About this task — Go through the listing below and return each line that includes "Seater".

Stored data —
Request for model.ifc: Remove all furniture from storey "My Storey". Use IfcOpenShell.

First a look at what the model holds.

```python
import ifcopenshell
import ifcopenshell.util.element

model = ifcopenshell.open("model.ifc")
print(model.schema)
storey = next(s for s in model.by_type("IfcBuildingStorey") if s.Name == "My Storey")
furniture = [e for e in ifcopenshell.util.element.get_decomposition(storey) if e.is_a("IfcFurnishingElement")]
seen = {}
for e in furniture:
    element_type = ifcopenshell.util.element.get_type(e)
    name = element_type.Name if element_type not in (None, e) else None
    seen[name] = seen.get(name, 0) + 1
for name, count in sorted(seen.items(), key=str):
    print(count, "x", name)
```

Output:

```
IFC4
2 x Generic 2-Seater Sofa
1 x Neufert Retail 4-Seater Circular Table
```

```python
import ifcopenshell
import ifcopenshell.api.root
import ifcopenshell.util.element

model = ifcopenshell.open("model.ifc")

storey = next(s for s in model.by_type("IfcBuildingStorey") if s.Name == "My Storey")
furniture = [e for e in ifcopenshell.util.element.get_decomposition(storey) if e.is_a("IfcFurnishingElement")]

for e in furniture:
    ifcopenshell.api.root.remove_product(model, product=e)
print(len(furniture), "removed")

model.write("model-out.ifc")
```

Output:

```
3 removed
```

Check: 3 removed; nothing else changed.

Task response —
2 x Generic 2-Seater Sofa
1 x Neufert Retail 4-Seater Circular Table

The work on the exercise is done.